[Data extracted from a collection]
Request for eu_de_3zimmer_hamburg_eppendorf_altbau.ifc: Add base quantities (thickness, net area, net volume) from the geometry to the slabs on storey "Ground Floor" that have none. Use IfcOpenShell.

First a look at what the model holds.

```python
import ifcopenshell
import ifcopenshell.util.element
import ifcopenshell.util.unit

model = ifcopenshell.open("eu_de_3zimmer_hamburg_eppendorf_altbau.ifc")
print(model.schema)
for unit_type in ("LENGTHUNIT", "AREAUNIT", "VOLUMEUNIT"):
    print(unit_type, ifcopenshell.util.unit.calculate_unit_scale(model, unit_type))
storey = next(s for s in model.by_type("IfcBuildingStorey") if s.Name == "Ground Floor")
slabs = [e for e in ifcopenshell.util.element.get_decomposition(storey) if e.is_a("IfcSlab")]
for e in sorted(slabs, key=lambda e: e.id()):
    print(e.id(), e.is_a(), e.Name, list(ifcopenshell.util.element.get_psets(e, qtos_only=True)), sep=" | ")
```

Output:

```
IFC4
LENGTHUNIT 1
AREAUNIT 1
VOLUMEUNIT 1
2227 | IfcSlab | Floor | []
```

```python
import ifcopenshell
import ifcopenshell.api.pset
import ifcopenshell.geom
import ifcopenshell.util.element
import ifcopenshell.util.shape
import ifcopenshell.util.unit

model = ifcopenshell.open("eu_de_3zimmer_hamburg_eppendorf_altbau.ifc")
unit_scale = ifcopenshell.util.unit.calculate_unit_scale(model)
area_scale = ifcopenshell.util.unit.calculate_unit_scale(model, "AREAUNIT")
volume_scale = ifcopenshell.util.unit.calculate_unit_scale(model, "VOLUMEUNIT")
settings = ifcopenshell.geom.settings()

storey = next(s for s in model.by_type("IfcBuildingStorey") if s.Name == "Ground Floor")
slabs = [e for e in ifcopenshell.util.element.get_decomposition(storey) if e.is_a("IfcSlab")]

for e in sorted(slabs, key=lambda e: e.id()):
    if ifcopenshell.util.element.get_psets(e, qtos_only=True, should_inherit=False):
        continue
    # Geometry comes back in metres, in the element's own axes.
    shape = ifcopenshell.geom.create_shape(settings, e)
    values = {
        "Width": ifcopenshell.util.shape.get_z(shape.geometry) / unit_scale,
        "NetArea": ifcopenshell.util.shape.get_footprint_area(shape.geometry) / area_scale,
        "NetVolume": ifcopenshell.util.shape.get_volume(shape.geometry) / volume_scale,
    }
    qto = ifcopenshell.api.pset.add_qto(model, product=e, name="Qto_SlabBaseQuantities")
    ifcopenshell.api.pset.edit_qto(model, qto=qto, properties=values)
    print(e.id(), {k: round(v, 3) for k, v in values.items()})

model.write("eu_de_3zimmer_hamburg_eppendorf_altbau_updated.ifc")
```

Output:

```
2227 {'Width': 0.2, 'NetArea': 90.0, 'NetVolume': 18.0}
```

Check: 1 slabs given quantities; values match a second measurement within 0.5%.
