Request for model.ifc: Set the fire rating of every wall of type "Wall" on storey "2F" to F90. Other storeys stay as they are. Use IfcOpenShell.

First a look at what the model holds.

```python
import ifcopenshell
import ifcopenshell.util.element

model = ifcopenshell.open("model.ifc")
print(model.schema)
storey = next(s for s in model.by_type("IfcBuildingStorey") if s.Name == "2F")
walls = [e for e in ifcopenshell.util.element.get_decomposition(storey) if e.is_a("IfcWall")]
seen = {}
for e in walls:
    element_type = ifcopenshell.util.element.get_type(e)
    key = (element_type.Name if element_type != e and element_type else None, ifcopenshell.util.element.get_pset(e, "Pset_WallCommon", "FireRating"))
    seen[key] = seen.get(key, 0) + 1
for (name, value), count in sorted(seen.items(), key=str):
    print(count, "x", name, "|", value)
```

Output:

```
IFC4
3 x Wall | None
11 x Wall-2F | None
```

```python
import ifcopenshell
import ifcopenshell.api.pset
import ifcopenshell.util.element

model = ifcopenshell.open("model.ifc")

storey = next(s for s in model.by_type("IfcBuildingStorey") if s.Name == "2F")
walls = [e for e in ifcopenshell.util.element.get_decomposition(storey) if e.is_a("IfcWall")]

count = 0
for e in walls:
    element_type = ifcopenshell.util.element.get_type(e)
    if element_type in (None, e) or element_type.Name != "Wall":
        continue
    # add_pset returns the element's existing set when there is one.
    pset = ifcopenshell.api.pset.add_pset(model, product=e, name="Pset_WallCommon")
    ifcopenshell.api.pset.edit_pset(model, pset=pset, properties={"FireRating": "F90"})
    count += 1

print(count, "walls updated")

model.write("model_v2.ifc")
```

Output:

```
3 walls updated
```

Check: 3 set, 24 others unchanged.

Problem to solve | Transcribe all entries exactly as they are given.

Final answer |
Request for eu_de_3zimmer_hamburg_eppendorf_altbau.ifc: Add base quantities (thickness, net area, net volume) from the geometry to the slabs on storey "Ground Floor" that have none. Use IfcOpenShell.

First a look at what the model holds.

```python
import ifcopenshell
import ifcopenshell.util.element
import ifcopenshell.util.unit

model = ifcopenshell.open("eu_de_3zimmer_hamburg_eppendorf_altbau.ifc")
print(model.schema)
for unit_type in ("LENGTHUNIT", "AREAUNIT", "VOLUMEUNIT"):
    print(unit_type, ifcopenshell.util.unit.calculate_unit_scale(model, unit_type))
storey = next(s for s in model.by_type("IfcBuildingStorey") if s.Name == "Ground Floor")
slabs = [e for e in ifcopenshell.util.element.get_decomposition(storey) if e.is_a("IfcSlab")]
for e in sorted(slabs, key=lambda e: e.id()):
    print(e.id(), e.is_a(), e.Name, list(ifcopenshell.util.element.get_psets(e, qtos_only=True)), sep=" | ")
```

Output:

```
IFC4
LENGTHUNIT 1
AREAUNIT 1
VOLUMEUNIT 1
2227 | IfcSlab | Floor | []
```

```python
import ifcopenshell
import ifcopenshell.api.pset
import ifcopenshell.geom
import ifcopenshell.util.element
import ifcopenshell.util.shape
import ifcopenshell.util.unit

model = ifcopenshell.open("eu_de_3zimmer_hamburg_eppendorf_altbau.ifc")
unit_scale = ifcopenshell.util.unit.calculate_unit_scale(model)
area_scale = ifcopenshell.util.unit.calculate_unit_scale(model, "AREAUNIT")
volume_scale = ifcopenshell.util.unit.calculate_unit_scale(model, "VOLUMEUNIT")
settings = ifcopenshell.geom.settings()

storey = next(s for s in model.by_type("IfcBuildingStorey") if s.Name == "Ground Floor")
slabs = [e for e in ifcopenshell.util.element.get_decomposition(storey) if e.is_a("IfcSlab")]

for e in sorted(slabs, key=lambda e: e.id()):
    if ifcopenshell.util.element.get_psets(e, qtos_only=True, should_inherit=False):
        continue
    # Geometry comes back in metres, in the element's own axes.
    shape = ifcopenshell.geom.create_shape(settings, e)
    values = {
        "Width": ifcopenshell.util.shape.get_z(shape.geometry) / unit_scale,
        "NetArea": ifcopenshell.util.shape.get_footprint_area(shape.geometry) / area_scale,
        "NetVolume": ifcopenshell.util.shape.get_volume(shape.geometry) / volume_scale,
    }
    qto = ifcopenshell.api.pset.add_qto(model, product=e, name="Qto_SlabBaseQuantities")
    ifcopenshell.api.pset.edit_qto(model, qto=qto, properties=values)
    print(e.id(), {k: round(v, 3) for k, v in values.items()})

model.write("eu_de_3zimmer_hamburg_eppendorf_altbau_updated.ifc")
```

Output:

```
2227 {'Width': 0.2, 'NetArea': 90.0, 'NetVolume': 18.0}
```

Check: 1 slabs given quantities; values match a second measurement within 0.5%.
Request for model.ifc: Set the fire rating of every wall of type "Wall" on storey "2F" to F90. Other storeys stay as they are. Use IfcOpenShell.

First a look at what the model holds.

```python
import ifcopenshell
import ifcopenshell.util.element

model = ifcopenshell.open("model.ifc")
print(model.schema)
storey = next(s for s in model.by_type("IfcBuildingStorey") if s.Name == "2F")
walls = [e for e in ifcopenshell.util.element.get_decomposition(storey) if e.is_a("IfcWall")]
seen = {}
for e in walls:
    element_type = ifcopenshell.util.element.get_type(e)
    key = (element_type.Name if element_type != e and element_type else None, ifcopenshell.util.element.get_pset(e, "Pset_WallCommon", "FireRating"))
    seen[key] = seen.get(key, 0) + 1
for (name, value), count in sorted(seen.items(), key=str):
    print(count, "x", name, "|", value)
```

Output:

```
IFC4
3 x Wall | None
11 x Wall-2F | None
```

```python
import ifcopenshell
import ifcopenshell.api.pset
import ifcopenshell.util.element

model = ifcopenshell.open("model.ifc")

storey = next(s for s in model.by_type("IfcBuildingStorey") if s.Name == "2F")
walls = [e for e in ifcopenshell.util.element.get_decomposition(storey) if e.is_a("IfcWall")]

count = 0
for e in walls:
    element_type = ifcopenshell.util.element.get_type(e)
    if element_type in (None, e) or element_type.Name != "Wall":
        continue
    # add_pset returns the element's existing set when there is one.
    pset = ifcopenshell.api.pset.add_pset(model, product=e, name="Pset_WallCommon")
    ifcopenshell.api.pset.edit_pset(model, pset=pset, properties={"FireRating": "F90"})
    count += 1

print(count, "walls updated")

model.write("model_v2.ifc")
```

Output:

```
3 walls updated
```

Check: 3 set, 24 others unchanged.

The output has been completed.